ACTIVITY: Line by line, transcribe the data shown below.

Stored items:
####

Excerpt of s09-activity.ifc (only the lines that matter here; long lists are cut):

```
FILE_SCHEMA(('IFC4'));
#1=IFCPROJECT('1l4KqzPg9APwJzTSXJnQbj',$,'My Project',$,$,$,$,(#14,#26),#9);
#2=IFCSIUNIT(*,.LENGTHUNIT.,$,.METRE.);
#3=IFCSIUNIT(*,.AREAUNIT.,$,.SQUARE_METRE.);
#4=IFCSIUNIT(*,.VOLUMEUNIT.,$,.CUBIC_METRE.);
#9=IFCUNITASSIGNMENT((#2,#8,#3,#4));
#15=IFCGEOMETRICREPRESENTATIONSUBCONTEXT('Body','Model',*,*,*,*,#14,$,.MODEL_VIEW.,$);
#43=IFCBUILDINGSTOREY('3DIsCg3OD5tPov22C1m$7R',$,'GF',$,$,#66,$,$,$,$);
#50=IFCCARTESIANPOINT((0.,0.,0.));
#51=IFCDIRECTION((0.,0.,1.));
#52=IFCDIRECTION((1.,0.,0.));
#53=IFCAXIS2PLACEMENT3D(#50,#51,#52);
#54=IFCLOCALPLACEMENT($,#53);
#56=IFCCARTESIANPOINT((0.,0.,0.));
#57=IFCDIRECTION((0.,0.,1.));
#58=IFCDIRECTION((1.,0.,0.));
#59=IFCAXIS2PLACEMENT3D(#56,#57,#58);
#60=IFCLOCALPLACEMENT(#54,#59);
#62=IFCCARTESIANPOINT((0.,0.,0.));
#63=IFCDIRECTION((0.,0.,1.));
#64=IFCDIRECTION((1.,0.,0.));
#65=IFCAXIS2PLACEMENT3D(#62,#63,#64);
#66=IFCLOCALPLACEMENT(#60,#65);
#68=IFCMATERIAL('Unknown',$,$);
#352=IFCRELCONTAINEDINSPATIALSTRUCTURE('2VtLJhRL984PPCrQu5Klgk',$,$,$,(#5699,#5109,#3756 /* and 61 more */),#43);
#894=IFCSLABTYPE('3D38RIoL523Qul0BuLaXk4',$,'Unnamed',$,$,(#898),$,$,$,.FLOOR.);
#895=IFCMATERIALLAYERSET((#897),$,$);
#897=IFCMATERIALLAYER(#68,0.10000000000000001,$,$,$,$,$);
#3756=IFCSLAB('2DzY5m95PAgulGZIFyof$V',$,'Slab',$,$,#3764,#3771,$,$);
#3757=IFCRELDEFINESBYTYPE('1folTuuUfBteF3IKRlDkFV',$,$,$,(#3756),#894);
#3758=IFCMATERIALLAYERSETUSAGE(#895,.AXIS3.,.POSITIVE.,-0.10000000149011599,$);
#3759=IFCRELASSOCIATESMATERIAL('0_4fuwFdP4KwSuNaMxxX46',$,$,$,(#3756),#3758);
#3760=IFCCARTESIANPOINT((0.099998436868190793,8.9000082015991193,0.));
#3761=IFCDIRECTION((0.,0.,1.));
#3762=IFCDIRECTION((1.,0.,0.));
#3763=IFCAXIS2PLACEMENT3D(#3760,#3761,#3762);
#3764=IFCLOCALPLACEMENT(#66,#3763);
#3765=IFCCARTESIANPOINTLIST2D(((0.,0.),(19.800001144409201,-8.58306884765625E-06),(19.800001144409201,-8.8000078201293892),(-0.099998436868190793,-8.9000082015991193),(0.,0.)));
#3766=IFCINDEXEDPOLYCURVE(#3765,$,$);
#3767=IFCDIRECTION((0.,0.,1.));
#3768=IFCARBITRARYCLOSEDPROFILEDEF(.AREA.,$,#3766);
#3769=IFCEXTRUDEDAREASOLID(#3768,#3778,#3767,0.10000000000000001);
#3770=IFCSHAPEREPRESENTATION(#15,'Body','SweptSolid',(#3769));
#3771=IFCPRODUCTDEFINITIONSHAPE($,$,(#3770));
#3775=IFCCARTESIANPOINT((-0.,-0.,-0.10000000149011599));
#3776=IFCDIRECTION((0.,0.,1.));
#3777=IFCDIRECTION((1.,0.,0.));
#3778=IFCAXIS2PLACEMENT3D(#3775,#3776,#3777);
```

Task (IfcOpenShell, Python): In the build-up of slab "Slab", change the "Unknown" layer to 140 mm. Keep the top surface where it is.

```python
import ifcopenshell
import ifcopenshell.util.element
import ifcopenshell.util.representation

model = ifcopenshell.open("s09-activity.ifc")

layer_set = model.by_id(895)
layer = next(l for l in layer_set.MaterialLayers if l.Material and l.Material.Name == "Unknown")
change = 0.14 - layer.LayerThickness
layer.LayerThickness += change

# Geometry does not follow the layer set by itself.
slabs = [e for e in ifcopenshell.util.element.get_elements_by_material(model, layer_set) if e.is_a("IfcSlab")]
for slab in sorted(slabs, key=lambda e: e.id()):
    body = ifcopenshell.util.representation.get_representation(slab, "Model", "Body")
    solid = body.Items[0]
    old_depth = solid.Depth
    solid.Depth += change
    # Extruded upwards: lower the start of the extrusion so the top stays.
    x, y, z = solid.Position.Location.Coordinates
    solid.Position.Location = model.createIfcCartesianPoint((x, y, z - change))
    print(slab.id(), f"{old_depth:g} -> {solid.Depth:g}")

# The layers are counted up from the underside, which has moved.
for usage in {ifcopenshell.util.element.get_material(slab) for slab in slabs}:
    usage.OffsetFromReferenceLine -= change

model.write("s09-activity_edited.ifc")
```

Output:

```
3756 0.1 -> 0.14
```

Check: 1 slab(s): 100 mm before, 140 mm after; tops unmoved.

####

ANSWER BOX:
Excerpt of s09-activity.ifc (only the lines that matter here; long lists are cut):

```
FILE_SCHEMA(('IFC4'));
#1=IFCPROJECT('1l4KqzPg9APwJzTSXJnQbj',$,'My Project',$,$,$,$,(#14,#26),#9);
#2=IFCSIUNIT(*,.LENGTHUNIT.,$,.METRE.);
#3=IFCSIUNIT(*,.AREAUNIT.,$,.SQUARE_METRE.);
#4=IFCSIUNIT(*,.VOLUMEUNIT.,$,.CUBIC_METRE.);
#9=IFCUNITASSIGNMENT((#2,#8,#3,#4));
#15=IFCGEOMETRICREPRESENTATIONSUBCONTEXT('Body','Model',*,*,*,*,#14,$,.MODEL_VIEW.,$);
#43=IFCBUILDINGSTOREY('3DIsCg3OD5tPov22C1m$7R',$,'GF',$,$,#66,$,$,$,$);
#50=IFCCARTESIANPOINT((0.,0.,0.));
#51=IFCDIRECTION((0.,0.,1.));
#52=IFCDIRECTION((1.,0.,0.));
#53=IFCAXIS2PLACEMENT3D(#50,#51,#52);
#54=IFCLOCALPLACEMENT($,#53);
#56=IFCCARTESIANPOINT((0.,0.,0.));
#57=IFCDIRECTION((0.,0.,1.));
#58=IFCDIRECTION((1.,0.,0.));
#59=IFCAXIS2PLACEMENT3D(#56,#57,#58);
#60=IFCLOCALPLACEMENT(#54,#59);
#62=IFCCARTESIANPOINT((0.,0.,0.));
#63=IFCDIRECTION((0.,0.,1.));
#64=IFCDIRECTION((1.,0.,0.));
#65=IFCAXIS2PLACEMENT3D(#62,#63,#64);
#66=IFCLOCALPLACEMENT(#60,#65);
#68=IFCMATERIAL('Unknown',$,$);
#352=IFCRELCONTAINEDINSPATIALSTRUCTURE('2VtLJhRL984PPCrQu5Klgk',$,$,$,(#5699,#5109,#3756 /* and 61 more */),#43);
#894=IFCSLABTYPE('3D38RIoL523Qul0BuLaXk4',$,'Unnamed',$,$,(#898),$,$,$,.FLOOR.);
#895=IFCMATERIALLAYERSET((#897),$,$);
#897=IFCMATERIALLAYER(#68,0.10000000000000001,$,$,$,$,$);
#3756=IFCSLAB('2DzY5m95PAgulGZIFyof$V',$,'Slab',$,$,#3764,#3771,$,$);
#3757=IFCRELDEFINESBYTYPE('1folTuuUfBteF3IKRlDkFV',$,$,$,(#3756),#894);
#3758=IFCMATERIALLAYERSETUSAGE(#895,.AXIS3.,.POSITIVE.,-0.10000000149011599,$);
#3759=IFCRELASSOCIATESMATERIAL('0_4fuwFdP4KwSuNaMxxX46',$,$,$,(#3756),#3758);
#3760=IFCCARTESIANPOINT((0.099998436868190793,8.9000082015991193,0.));
#3761=IFCDIRECTION((0.,0.,1.));
#3762=IFCDIRECTION((1.,0.,0.));
#3763=IFCAXIS2PLACEMENT3D(#3760,#3761,#3762);
#3764=IFCLOCALPLACEMENT(#66,#3763);
#3765=IFCCARTESIANPOINTLIST2D(((0.,0.),(19.800001144409201,-8.58306884765625E-06),(19.800001144409201,-8.8000078201293892),(-0.099998436868190793,-8.9000082015991193),(0.,0.)));
#3766=IFCINDEXEDPOLYCURVE(#3765,$,$);
#3767=IFCDIRECTION((0.,0.,1.));
#3768=IFCARBITRARYCLOSEDPROFILEDEF(.AREA.,$,#3766);
#3769=IFCEXTRUDEDAREASOLID(#3768,#3778,#3767,0.10000000000000001);
#3770=IFCSHAPEREPRESENTATION(#15,'Body','SweptSolid',(#3769));
#3771=IFCPRODUCTDEFINITIONSHAPE($,$,(#3770));
#3775=IFCCARTESIANPOINT((-0.,-0.,-0.10000000149011599));
#3776=IFCDIRECTION((0.,0.,1.));
#3777=IFCDIRECTION((1.,0.,0.));
#3778=IFCAXIS2PLACEMENT3D(#3775,#3776,#3777);
```

Task (IfcOpenShell, Python): In the build-up of slab "Slab", change the "Unknown" layer to 140 mm. Keep the top surface where it is.

```python
import ifcopenshell
import ifcopenshell.util.element
import ifcopenshell.util.representation

model = ifcopenshell.open("s09-activity.ifc")

layer_set = model.by_id(895)
layer = next(l for l in layer_set.MaterialLayers if l.Material and l.Material.Name == "Unknown")
change = 0.14 - layer.LayerThickness
layer.LayerThickness += change

# Geometry does not follow the layer set by itself.
slabs = [e for e in ifcopenshell.util.element.get_elements_by_material(model, layer_set) if e.is_a("IfcSlab")]
for slab in sorted(slabs, key=lambda e: e.id()):
    body = ifcopenshell.util.representation.get_representation(slab, "Model", "Body")
    solid = body.Items[0]
    old_depth = solid.Depth
    solid.Depth += change
    # Extruded upwards: lower the start of the extrusion so the top stays.
    x, y, z = solid.Position.Location.Coordinates
    solid.Position.Location = model.createIfcCartesianPoint((x, y, z - change))
    print(slab.id(), f"{old_depth:g} -> {solid.Depth:g}")

# The layers are counted up from the underside, which has moved.
for usage in {ifcopenshell.util.element.get_material(slab) for slab in slabs}:
    usage.OffsetFromReferenceLine -= change

model.write("s09-activity_edited.ifc")
```

Output:

```
3756 0.1 -> 0.14
```

Check: 1 slab(s): 100 mm before, 140 mm after; tops unmoved.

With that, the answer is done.